He visto tweeter que cubren hasta 22Khz por 15€, con una potencia de 300w. Aunque eso de los 300w no me lo creo. Como tiene una impedancia de 4 ohm y lo voy a alimentar con una onda cuadrada mediante un mosfet a una tension de 12v me entregara sobre 35W.


----------



## lolo2n3055 (Ago 30, 2011)

Oye y no te da pena?...........
Me refiero: 
Cambiemos los papeles:
Imagínate que un PERRO creara un ahuyentador de seres humanos a una frecuencia de 8KHz y lo conectara a un altavoz de 300W ( aunque el carajote del perro solo sea capaz de generar una potencia de 36W) y que lo dejara conectado día y noche sin parar y tu que eres un ser humano y que  estas atado al tronco de un árbol sin modo de escapar estarías  hay aguantando día y noche.............
CAGANDOTE EN LA MADRE QUE PARIO A DICHO PERRO...........
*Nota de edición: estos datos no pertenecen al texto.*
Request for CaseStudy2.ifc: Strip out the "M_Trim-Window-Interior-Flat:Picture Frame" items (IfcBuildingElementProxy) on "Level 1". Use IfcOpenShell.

First a look at what the model holds.

```python
import ifcopenshell
import ifcopenshell.util.element

model = ifcopenshell.open("CaseStudy2.ifc")
print(model.schema)
storey = next(s for s in model.by_type("IfcBuildingStorey") if s.Name == "Level 1")
proxies = [e for e in ifcopenshell.util.element.get_decomposition(storey) if e.is_a("IfcBuildingElementProxy")]
seen = {}
for e in proxies:
    element_type = ifcopenshell.util.element.get_type(e)
    name = element_type.Name if element_type not in (None, e) else None
    seen[name] = seen.get(name, 0) + 1
for name, count in sorted(seen.items(), key=str):
    print(count, "x", name)
```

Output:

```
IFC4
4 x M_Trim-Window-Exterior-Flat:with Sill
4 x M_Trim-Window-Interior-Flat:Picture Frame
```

```python
import ifcopenshell
import ifcopenshell.api.root
import ifcopenshell.util.element

model = ifcopenshell.open("CaseStudy2.ifc")

storey = next(s for s in model.by_type("IfcBuildingStorey") if s.Name == "Level 1")
proxies = [e for e in ifcopenshell.util.element.get_decomposition(storey) if e.is_a("IfcBuildingElementProxy")]
targets = [e for e in proxies if (t := ifcopenshell.util.element.get_type(e)) not in (None, e) and t.Name == "M_Trim-Window-Interior-Flat:Picture Frame"]

for e in targets:
    ifcopenshell.api.root.remove_product(model, product=e)
print(len(targets), "removed")

model.write("CaseStudy2_edited.ifc")
```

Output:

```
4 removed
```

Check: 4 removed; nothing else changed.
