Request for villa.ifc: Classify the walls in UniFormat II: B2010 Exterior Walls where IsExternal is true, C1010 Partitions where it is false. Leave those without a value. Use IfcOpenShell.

First a look at what the model holds.

```python
import ifcopenshell
import ifcopenshell.util.element

model = ifcopenshell.open("villa.ifc")
print(model.schema)
print("classifications:", [c.Name for c in model.by_type("IfcClassification")])
values = [ifcopenshell.util.element.get_pset(e, "Pset_WallCommon", "IsExternal") for e in model.by_type("IfcWall")]
for value in (True, False, None):
    print("IsExternal", value, values.count(value))
```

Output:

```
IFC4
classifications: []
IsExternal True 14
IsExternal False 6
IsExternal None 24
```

```python
import ifcopenshell
import ifcopenshell.api.classification
import ifcopenshell.util.element

model = ifcopenshell.open("villa.ifc")

system = ifcopenshell.api.classification.add_classification(model, classification="UniFormat II")

walls = model.by_type("IfcWall")
external = {e: ifcopenshell.util.element.get_pset(e, "Pset_WallCommon", "IsExternal") for e in walls}
for flag, code, name in ((True, "B2010", "Exterior Walls"), (False, "C1010", "Partitions")):
    products = [e for e in walls if external[e] is flag]
    ifcopenshell.api.classification.add_reference(
        model, products=products, classification=system, identification=code, name=name
    )
    print(code, len(products))

model.write("villa_rev.ifc")
```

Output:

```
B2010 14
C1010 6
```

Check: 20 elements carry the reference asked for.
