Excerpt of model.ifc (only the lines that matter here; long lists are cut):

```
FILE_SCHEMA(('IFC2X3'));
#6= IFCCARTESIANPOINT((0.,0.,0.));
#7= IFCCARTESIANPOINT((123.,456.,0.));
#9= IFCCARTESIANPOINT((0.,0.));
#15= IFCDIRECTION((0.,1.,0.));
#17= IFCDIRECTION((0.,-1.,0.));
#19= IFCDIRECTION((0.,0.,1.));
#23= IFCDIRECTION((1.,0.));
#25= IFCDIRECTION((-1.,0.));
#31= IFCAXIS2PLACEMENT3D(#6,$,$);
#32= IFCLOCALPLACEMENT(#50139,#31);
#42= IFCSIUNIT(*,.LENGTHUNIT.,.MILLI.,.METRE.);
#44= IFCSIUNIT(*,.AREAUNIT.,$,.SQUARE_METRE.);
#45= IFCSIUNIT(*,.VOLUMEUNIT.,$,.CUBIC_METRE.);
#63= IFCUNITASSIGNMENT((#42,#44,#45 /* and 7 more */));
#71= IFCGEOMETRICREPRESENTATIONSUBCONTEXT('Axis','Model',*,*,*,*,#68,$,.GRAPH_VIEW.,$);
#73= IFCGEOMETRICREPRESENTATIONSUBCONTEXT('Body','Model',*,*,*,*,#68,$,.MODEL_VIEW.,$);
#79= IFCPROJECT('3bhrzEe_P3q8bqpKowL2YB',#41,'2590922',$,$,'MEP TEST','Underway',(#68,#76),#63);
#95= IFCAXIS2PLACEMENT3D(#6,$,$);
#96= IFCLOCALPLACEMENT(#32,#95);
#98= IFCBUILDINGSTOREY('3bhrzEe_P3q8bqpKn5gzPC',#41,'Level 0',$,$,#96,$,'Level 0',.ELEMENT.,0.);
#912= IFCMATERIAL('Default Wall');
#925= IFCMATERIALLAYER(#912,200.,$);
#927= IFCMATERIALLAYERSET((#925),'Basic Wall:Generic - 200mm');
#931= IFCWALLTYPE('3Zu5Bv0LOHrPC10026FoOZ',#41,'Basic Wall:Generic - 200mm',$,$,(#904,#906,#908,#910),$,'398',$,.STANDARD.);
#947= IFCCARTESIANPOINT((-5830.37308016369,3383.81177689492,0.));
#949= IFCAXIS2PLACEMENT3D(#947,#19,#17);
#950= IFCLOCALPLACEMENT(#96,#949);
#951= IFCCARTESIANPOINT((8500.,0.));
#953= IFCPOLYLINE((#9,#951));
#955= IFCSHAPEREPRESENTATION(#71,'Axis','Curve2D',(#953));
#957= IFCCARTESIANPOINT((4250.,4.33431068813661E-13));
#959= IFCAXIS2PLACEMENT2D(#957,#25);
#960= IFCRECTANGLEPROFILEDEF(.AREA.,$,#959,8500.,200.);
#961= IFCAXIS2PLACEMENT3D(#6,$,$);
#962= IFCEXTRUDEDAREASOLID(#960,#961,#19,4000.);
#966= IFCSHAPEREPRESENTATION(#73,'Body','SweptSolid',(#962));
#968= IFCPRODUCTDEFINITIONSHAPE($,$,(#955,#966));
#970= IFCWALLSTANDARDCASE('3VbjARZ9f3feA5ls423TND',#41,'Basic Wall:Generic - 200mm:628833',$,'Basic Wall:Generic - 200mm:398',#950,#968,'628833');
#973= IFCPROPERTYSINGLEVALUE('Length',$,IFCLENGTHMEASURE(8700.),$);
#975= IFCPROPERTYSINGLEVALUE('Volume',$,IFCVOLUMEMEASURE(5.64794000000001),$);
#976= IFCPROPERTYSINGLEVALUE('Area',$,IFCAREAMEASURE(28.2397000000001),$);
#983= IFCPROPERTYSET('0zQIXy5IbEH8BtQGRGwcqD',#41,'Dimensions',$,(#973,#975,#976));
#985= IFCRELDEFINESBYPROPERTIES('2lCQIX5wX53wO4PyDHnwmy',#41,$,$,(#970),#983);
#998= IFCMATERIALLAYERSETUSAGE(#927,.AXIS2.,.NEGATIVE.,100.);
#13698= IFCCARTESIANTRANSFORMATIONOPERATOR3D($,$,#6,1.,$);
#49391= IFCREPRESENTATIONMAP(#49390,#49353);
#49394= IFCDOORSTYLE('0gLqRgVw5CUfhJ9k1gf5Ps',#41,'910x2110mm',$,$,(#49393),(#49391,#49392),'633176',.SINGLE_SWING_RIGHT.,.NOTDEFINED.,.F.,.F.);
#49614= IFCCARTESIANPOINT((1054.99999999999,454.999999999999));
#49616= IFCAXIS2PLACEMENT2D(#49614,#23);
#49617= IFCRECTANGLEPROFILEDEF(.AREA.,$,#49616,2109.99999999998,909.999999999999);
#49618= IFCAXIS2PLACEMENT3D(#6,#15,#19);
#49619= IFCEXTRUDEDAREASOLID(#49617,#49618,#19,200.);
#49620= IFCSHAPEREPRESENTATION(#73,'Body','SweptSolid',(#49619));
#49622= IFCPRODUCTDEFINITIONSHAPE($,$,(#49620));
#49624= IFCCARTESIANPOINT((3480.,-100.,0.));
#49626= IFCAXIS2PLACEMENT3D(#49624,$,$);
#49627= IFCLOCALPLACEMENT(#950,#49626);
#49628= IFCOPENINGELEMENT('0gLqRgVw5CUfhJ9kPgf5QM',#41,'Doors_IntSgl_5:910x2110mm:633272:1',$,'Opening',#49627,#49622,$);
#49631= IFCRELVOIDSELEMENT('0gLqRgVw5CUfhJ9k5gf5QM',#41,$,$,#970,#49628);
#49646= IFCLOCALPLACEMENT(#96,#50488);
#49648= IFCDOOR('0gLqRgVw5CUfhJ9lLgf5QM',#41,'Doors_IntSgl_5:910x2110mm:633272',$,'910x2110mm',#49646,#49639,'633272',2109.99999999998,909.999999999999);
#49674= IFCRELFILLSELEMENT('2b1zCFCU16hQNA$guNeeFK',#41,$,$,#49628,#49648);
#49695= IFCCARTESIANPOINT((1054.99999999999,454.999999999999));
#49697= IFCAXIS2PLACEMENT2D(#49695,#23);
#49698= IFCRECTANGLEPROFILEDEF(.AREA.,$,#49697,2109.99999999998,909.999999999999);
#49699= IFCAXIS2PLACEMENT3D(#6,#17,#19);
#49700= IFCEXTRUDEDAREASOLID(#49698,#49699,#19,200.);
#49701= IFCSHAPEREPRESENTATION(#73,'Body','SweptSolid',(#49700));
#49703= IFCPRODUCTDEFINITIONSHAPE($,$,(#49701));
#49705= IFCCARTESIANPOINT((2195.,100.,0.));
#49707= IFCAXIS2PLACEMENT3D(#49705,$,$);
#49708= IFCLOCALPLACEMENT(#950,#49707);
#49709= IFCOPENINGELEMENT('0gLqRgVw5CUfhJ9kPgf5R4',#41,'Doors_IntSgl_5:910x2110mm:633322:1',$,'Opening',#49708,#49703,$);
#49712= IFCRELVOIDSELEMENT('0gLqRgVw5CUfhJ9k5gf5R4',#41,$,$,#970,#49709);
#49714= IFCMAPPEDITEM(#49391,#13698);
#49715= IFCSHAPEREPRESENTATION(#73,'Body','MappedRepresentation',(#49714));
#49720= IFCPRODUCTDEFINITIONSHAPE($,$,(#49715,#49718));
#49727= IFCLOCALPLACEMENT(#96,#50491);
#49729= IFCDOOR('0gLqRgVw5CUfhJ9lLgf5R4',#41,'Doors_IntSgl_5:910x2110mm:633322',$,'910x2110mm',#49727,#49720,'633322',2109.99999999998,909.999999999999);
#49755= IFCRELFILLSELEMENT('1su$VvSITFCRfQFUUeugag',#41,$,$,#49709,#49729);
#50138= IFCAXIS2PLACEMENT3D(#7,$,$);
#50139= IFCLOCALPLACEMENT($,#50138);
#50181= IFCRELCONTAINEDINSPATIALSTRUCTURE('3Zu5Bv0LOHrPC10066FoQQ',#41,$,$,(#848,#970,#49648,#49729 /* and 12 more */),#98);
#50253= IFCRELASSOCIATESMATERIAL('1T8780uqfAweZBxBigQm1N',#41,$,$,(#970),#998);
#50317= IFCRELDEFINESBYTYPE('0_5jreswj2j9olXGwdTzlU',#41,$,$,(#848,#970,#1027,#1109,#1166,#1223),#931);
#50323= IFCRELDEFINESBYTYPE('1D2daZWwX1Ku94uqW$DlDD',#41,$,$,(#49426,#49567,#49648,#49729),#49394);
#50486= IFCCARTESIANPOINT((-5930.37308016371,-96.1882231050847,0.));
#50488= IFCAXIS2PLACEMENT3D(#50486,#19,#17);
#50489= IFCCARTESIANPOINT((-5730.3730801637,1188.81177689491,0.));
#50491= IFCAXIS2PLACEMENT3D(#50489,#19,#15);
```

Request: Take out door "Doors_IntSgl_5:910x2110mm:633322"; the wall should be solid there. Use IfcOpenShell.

```python
import ifcopenshell
import ifcopenshell.api.feature
import ifcopenshell.api.pset
import ifcopenshell.api.root
import ifcopenshell.geom
import ifcopenshell.util.element
import ifcopenshell.util.shape
import ifcopenshell.util.unit

model = ifcopenshell.open("model.ifc")
area_scale = ifcopenshell.util.unit.calculate_unit_scale(model, "AREAUNIT")
volume_scale = ifcopenshell.util.unit.calculate_unit_scale(model, "VOLUMEUNIT")
settings = ifcopenshell.geom.settings()


def volume(element):
    """Net volume in cubic metres, openings subtracted."""
    shape = ifcopenshell.geom.create_shape(settings, element)
    return ifcopenshell.util.shape.get_volume(shape.geometry)


door = model.by_id(49729)
opening = door.FillsVoids[0].RelatingOpeningElement
wall = opening.VoidsElements[0].RelatingBuildingElement
before = volume(wall)

ifcopenshell.api.root.remove_product(model, product=door)
ifcopenshell.api.feature.remove_feature(model, feature=opening)

after = volume(wall)
thickness = 0.2  # wall thickness in metres

# Update the wall's stored quantities.
pset = model.by_id(ifcopenshell.util.element.get_pset(wall, "Dimensions", should_inherit=False)["id"])
ifcopenshell.api.pset.edit_pset(model, pset=pset, properties={
    "Volume": model.create_entity("IfcVolumeMeasure", after / volume_scale),
    "Area": model.create_entity("IfcAreaMeasure", after / thickness / area_scale),
})

print(f"wall volume {before:.3f} -> {after:.3f} m3")

model.write("model_edited.ifc")
```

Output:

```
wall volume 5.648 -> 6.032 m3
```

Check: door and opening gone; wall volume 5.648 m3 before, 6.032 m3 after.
Este comentario es solo un punto de vista, no un insulto..........
Saludos.


----------



## Dano (Ago 30, 2011)

pepechip dijo:


> Hola
> Estoy desarrollando un ahuyentador de perros, en donde utilizare un microcontrolador para generar varios tonos que se iran alternando.
> El problema es que tiene que cubrir una distancia de 500mtr, y no se la potencia que tendria que dar un tweeter para tener ese alcance.
> 
> un saludo




Que tipo de lóbulo de radiación?


----------



## MGustavo (Ago 30, 2011)

Colega creo que no deberían ayudarte si no especificas detalladamente el propósito de tu proyecto, lugar donde deseas aplicarlo, motivos, etc. Date cuenta que si un animal no puede "huir" del lugar a donde llega tu transmisión, tendría que soportar tu señal todo el día. En mi opinión, es una tortura y un maltrato al animal. 
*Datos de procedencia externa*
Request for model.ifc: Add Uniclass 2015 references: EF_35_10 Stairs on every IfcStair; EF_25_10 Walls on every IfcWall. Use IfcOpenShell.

First a look at what the model holds.

```python
import ifcopenshell

model = ifcopenshell.open("model.ifc")
print(model.schema)
print("classifications:", [c.Name for c in model.by_type("IfcClassification")])
for ifc_class in ("IfcDoor", "IfcRoof", "IfcStair", "IfcWall", "IfcWindow"):
    print(ifc_class, len(model.by_type(ifc_class)))
```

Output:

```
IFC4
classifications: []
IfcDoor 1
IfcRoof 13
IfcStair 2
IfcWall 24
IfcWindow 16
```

```python
import ifcopenshell
import ifcopenshell.api.classification

model = ifcopenshell.open("model.ifc")

system = ifcopenshell.api.classification.add_classification(model, classification="Uniclass 2015")

codes = {
    "IfcStair": ("EF_35_10", "Stairs"),
    "IfcWall": ("EF_25_10", "Walls"),
}
for ifc_class, (code, name) in codes.items():
    products = model.by_type(ifc_class)
    ifcopenshell.api.classification.add_reference(
        model, products=products, classification=system, identification=code, name=name
    )
    print(code, len(products))

model.write("model_updated.ifc")
```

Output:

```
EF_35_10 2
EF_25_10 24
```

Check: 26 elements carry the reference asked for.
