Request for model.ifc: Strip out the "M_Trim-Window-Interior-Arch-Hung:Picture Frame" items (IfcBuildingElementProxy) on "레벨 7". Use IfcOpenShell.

First a look at what the model holds.

```python
import ifcopenshell
import ifcopenshell.util.element

model = ifcopenshell.open("model.ifc")
print(model.schema)
storey = next(s for s in model.by_type("IfcBuildingStorey") if s.Name == "레벨 7")
proxies = [e for e in ifcopenshell.util.element.get_decomposition(storey) if e.is_a("IfcBuildingElementProxy")]
seen = {}
for e in proxies:
    element_type = ifcopenshell.util.element.get_type(e)
    name = element_type.Name if element_type not in (None, e) else None
    seen[name] = seen.get(name, 0) + 1
for name, count in sorted(seen.items(), key=str):
    print(count, "x", name)
```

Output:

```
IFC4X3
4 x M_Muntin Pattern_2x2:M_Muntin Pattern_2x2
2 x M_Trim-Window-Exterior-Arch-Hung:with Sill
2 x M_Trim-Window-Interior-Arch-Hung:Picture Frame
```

```python
import ifcopenshell
import ifcopenshell.api.root
import ifcopenshell.util.element

model = ifcopenshell.open("model.ifc")

storey = next(s for s in model.by_type("IfcBuildingStorey") if s.Name == "레벨 7")
proxies = [e for e in ifcopenshell.util.element.get_decomposition(storey) if e.is_a("IfcBuildingElementProxy")]
targets = [e for e in proxies if (t := ifcopenshell.util.element.get_type(e)) not in (None, e) and t.Name == "M_Trim-Window-Interior-Arch-Hung:Picture Frame"]

for e in targets:
    ifcopenshell.api.root.remove_product(model, product=e)
print(len(targets), "removed")

model.write("model-out.ifc")
```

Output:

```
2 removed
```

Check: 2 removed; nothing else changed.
No estoy al tanto que es lo que produce la transmisión de dicha señal en el animal, pero... gustarle de seguro que no. Por algo huye no?
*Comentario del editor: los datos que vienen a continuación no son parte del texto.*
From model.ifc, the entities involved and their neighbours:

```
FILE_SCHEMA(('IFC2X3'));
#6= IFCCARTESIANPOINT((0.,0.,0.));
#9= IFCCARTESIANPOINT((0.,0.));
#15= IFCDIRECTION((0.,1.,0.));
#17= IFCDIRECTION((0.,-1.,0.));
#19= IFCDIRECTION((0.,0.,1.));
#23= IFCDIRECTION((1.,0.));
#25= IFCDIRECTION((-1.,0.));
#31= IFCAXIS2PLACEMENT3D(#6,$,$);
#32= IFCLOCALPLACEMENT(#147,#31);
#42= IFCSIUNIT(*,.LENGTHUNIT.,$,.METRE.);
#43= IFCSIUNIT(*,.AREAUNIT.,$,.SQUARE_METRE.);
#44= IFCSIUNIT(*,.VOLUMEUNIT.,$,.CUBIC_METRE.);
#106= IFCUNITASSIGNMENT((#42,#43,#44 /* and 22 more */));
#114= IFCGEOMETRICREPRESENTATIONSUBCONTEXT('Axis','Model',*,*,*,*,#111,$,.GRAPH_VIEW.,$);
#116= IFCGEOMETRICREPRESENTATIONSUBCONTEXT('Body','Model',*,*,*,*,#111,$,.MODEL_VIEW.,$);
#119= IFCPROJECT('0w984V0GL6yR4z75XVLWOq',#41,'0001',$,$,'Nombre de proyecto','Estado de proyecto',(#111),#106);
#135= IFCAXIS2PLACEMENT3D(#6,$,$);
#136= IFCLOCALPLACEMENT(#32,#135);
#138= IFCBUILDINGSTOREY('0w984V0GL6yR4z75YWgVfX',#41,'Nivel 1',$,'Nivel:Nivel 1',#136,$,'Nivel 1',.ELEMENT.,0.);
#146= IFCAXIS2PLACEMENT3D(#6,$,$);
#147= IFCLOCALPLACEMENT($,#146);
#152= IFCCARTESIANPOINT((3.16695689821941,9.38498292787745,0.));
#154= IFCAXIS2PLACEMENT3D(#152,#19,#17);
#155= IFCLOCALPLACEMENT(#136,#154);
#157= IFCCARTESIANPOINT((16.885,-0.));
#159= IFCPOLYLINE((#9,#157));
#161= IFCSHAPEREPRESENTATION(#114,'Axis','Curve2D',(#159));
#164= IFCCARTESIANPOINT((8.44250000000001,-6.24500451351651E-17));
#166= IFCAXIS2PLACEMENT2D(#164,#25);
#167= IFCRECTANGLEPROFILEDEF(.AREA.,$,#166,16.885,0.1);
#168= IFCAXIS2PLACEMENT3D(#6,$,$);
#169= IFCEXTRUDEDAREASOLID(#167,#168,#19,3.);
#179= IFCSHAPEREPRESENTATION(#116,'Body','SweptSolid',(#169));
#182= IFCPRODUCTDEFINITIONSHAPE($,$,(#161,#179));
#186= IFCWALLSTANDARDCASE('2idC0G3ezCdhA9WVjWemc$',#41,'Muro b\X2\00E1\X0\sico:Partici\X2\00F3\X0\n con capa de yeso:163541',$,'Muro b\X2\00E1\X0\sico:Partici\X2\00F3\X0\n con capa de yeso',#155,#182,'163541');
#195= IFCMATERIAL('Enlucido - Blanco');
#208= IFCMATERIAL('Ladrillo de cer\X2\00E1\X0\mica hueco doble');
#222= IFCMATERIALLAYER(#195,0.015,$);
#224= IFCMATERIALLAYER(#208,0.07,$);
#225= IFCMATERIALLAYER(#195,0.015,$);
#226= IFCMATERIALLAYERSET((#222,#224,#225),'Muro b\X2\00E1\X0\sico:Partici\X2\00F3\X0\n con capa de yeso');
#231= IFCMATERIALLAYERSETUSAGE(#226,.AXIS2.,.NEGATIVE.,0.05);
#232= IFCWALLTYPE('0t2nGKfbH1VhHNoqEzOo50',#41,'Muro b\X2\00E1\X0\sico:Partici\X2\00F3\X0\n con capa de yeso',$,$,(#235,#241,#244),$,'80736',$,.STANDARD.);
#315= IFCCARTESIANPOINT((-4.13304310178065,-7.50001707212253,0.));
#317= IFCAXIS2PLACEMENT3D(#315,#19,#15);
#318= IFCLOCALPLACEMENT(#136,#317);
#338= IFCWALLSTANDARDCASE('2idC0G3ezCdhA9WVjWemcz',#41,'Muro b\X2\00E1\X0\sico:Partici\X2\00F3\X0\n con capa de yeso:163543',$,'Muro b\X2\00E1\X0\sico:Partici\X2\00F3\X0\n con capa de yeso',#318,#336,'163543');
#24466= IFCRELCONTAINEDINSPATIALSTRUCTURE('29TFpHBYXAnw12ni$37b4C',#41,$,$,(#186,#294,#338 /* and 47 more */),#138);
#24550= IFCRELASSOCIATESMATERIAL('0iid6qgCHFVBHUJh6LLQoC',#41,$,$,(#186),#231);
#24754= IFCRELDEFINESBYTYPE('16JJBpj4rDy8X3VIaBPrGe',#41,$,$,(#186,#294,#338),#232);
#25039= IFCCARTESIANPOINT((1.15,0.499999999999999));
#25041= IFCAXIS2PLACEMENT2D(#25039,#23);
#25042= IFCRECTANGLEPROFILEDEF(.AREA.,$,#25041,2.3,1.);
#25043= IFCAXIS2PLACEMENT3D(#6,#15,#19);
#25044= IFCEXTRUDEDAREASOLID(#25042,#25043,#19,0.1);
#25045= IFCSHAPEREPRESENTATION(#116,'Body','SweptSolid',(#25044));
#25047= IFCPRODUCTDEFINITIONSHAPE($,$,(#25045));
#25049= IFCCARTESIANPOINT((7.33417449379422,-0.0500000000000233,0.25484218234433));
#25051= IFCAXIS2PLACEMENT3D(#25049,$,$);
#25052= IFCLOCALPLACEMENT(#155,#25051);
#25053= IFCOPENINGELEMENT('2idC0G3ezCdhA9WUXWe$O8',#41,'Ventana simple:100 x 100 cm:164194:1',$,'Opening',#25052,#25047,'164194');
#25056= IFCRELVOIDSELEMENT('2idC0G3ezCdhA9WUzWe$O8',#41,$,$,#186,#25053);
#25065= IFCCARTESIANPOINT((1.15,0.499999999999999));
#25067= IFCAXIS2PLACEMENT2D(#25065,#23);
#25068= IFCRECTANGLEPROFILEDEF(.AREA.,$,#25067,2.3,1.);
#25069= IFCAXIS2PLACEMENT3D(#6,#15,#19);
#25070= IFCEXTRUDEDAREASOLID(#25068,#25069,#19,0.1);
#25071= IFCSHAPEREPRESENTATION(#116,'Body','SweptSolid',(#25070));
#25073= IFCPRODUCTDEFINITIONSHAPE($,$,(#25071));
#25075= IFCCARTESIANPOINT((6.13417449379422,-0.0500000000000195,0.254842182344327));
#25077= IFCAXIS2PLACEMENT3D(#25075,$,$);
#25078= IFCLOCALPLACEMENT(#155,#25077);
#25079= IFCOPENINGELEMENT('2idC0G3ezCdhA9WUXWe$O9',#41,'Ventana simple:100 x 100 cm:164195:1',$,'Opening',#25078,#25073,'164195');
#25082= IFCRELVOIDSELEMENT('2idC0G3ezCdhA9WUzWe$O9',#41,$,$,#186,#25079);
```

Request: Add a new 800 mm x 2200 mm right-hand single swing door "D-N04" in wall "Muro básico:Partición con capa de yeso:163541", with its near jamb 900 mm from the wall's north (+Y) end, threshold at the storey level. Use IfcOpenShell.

```python
import numpy as np
import ifcopenshell
import ifcopenshell.api.feature
import ifcopenshell.api.geometry
import ifcopenshell.api.root
import ifcopenshell.api.spatial
import ifcopenshell.api.type
import ifcopenshell.geom
import ifcopenshell.util.element
import ifcopenshell.util.placement
import ifcopenshell.util.representation
import ifcopenshell.util.shape
import ifcopenshell.util.unit

model = ifcopenshell.open("model.ifc")
unit_scale = ifcopenshell.util.unit.calculate_unit_scale(model)
settings = ifcopenshell.geom.settings()


def volume(element):
    """Net volume in cubic metres, openings subtracted."""
    shape = ifcopenshell.geom.create_shape(settings, element)
    return ifcopenshell.util.shape.get_volume(shape.geometry)


wall = model.by_guid("2idC0G3ezCdhA9WVjWemc$")
storey = ifcopenshell.util.element.get_container(wall, ifc_class="IfcBuildingStorey")
context = ifcopenshell.util.representation.get_context(model, "Model", "Body", "MODEL_VIEW")
before = volume(wall)

width, height, from_end, sill = 0.8, 2.2, 0.9, 0.0  # metres

# The wall runs along its own X axis, and the end named is its -X end.
wall_shape = ifcopenshell.geom.create_shape(settings, wall)
x, y, z = ifcopenshell.util.shape.get_vertices(wall_shape.geometry).T
start = x.min() + from_end
face, thickness = float(y.min()), float(y.max() - y.min())
wall_matrix = ifcopenshell.util.placement.get_local_placement(wall.ObjectPlacement)
level = ifcopenshell.util.placement.get_local_placement(storey.ObjectPlacement)[2, 3]


def in_wall(x, y):
    """Placement at x, y metres in the wall's axes, at sill height."""
    matrix = wall_matrix.copy()
    matrix[:, 3] = wall_matrix @ np.array([x / unit_scale, y / unit_scale, 0.0, 1.0])
    matrix[2, 3] = level + sill / unit_scale
    return matrix


# Opening: a box that overshoots both wall faces by 50 mm.
opening = ifcopenshell.api.root.create_entity(model, ifc_class="IfcOpeningElement")
box = ifcopenshell.api.geometry.add_wall_representation(
    model, context=context, length=width, height=height, thickness=thickness + 0.1
)
ifcopenshell.api.geometry.assign_representation(model, product=opening, representation=box)
ifcopenshell.api.geometry.edit_object_placement(model, product=opening, matrix=in_wall(start, face - 0.05), is_si=False)
ifcopenshell.api.feature.add_feature(model, feature=opening, element=wall)

door = ifcopenshell.api.root.create_entity(model, ifc_class="IfcDoor", name="D-N04")
door.OverallWidth, door.OverallHeight = width / unit_scale, height / unit_scale
body = ifcopenshell.api.geometry.add_door_representation(
    model,
    context=context,
    overall_width=door.OverallWidth,
    overall_height=door.OverallHeight,
    operation_type="SINGLE_SWING_RIGHT",
    lining_properties={"LiningDepth": thickness / unit_scale, "ThresholdDepth": thickness / unit_scale},
)
ifcopenshell.api.geometry.assign_representation(model, product=door, representation=body)
ifcopenshell.api.spatial.assign_container(model, products=[door], relating_structure=storey)
fills = ifcopenshell.api.feature.add_filling(model, opening=opening, element=door)
fills.OwnerHistory = door.OwnerHistory  # required in IFC2X3

# IFC2X3 keeps the operation on the door style.
style = ifcopenshell.api.root.create_entity(model, ifc_class="IfcDoorStyle", name="D-N04")
style.OperationType, style.ConstructionType = "SINGLE_SWING_RIGHT", "NOTDEFINED"
style.ParameterTakesPrecedence = style.Sizeable = False
ifcopenshell.api.type.assign_type(model, related_objects=[door], relating_type=style)

# The lining spans the wall, so the door starts at the wall face.
ifcopenshell.api.geometry.edit_object_placement(model, product=door, matrix=in_wall(start, face), is_si=False)

after = volume(wall)

print(f"wall volume {before:.3f} -> {after:.3f} m3")

model.write("model-out.ifc")
```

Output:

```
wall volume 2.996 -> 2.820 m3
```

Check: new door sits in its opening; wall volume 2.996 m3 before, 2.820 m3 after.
Espero expliques tus motivos. Saludos!


----------



## lolo2n3055 (Ago 31, 2011)

MGustavo dijo:


> Colega creo que no deberían ayudarte si no especificas detalladamente el propósito de tu proyecto, lugar donde deseas aplicarlo, motivos, etc. Date cuenta que si un animal no puede "huir" del lugar a donde llega tu transmisión, tendría que soportar tu señal todo el día. En mi opinión, es una tortura y un maltrato al animal.
> 
> No estoy al tanto que es lo que produce la transmisión de dicha señal en el animal, pero... gustarle de seguro que no. Por algo huye no?
> 
> Espero expliques tus motivos. Saludos!



De hay mi comentario


----------



## BKAR (Ago 31, 2011)

ahh ahora ya se que es un  tweeter !! genial

graba un *.mp3 con el sonido eso ...y con un pequeño reproductor..mas algo de amplificaion y listo 

pero no me gusta la idea de ahuyentar a los perros..
y si alguno para encerrado en su casa y si pa colmo es tu vecino..se tendria que aguantar todo el dia!!!
el animal quedaría con un trauma
se podrían ahuyentar roedores y eso....


----------



## Fogonazo (Ago 31, 2011)

Dano dijo:


> Que tipo de lóbulo de radiación?



Presupongo que sería un lóbulo "Omni", por otro lado 4 TW direccionales pueden hacer un lóbulo omni "Aceptable"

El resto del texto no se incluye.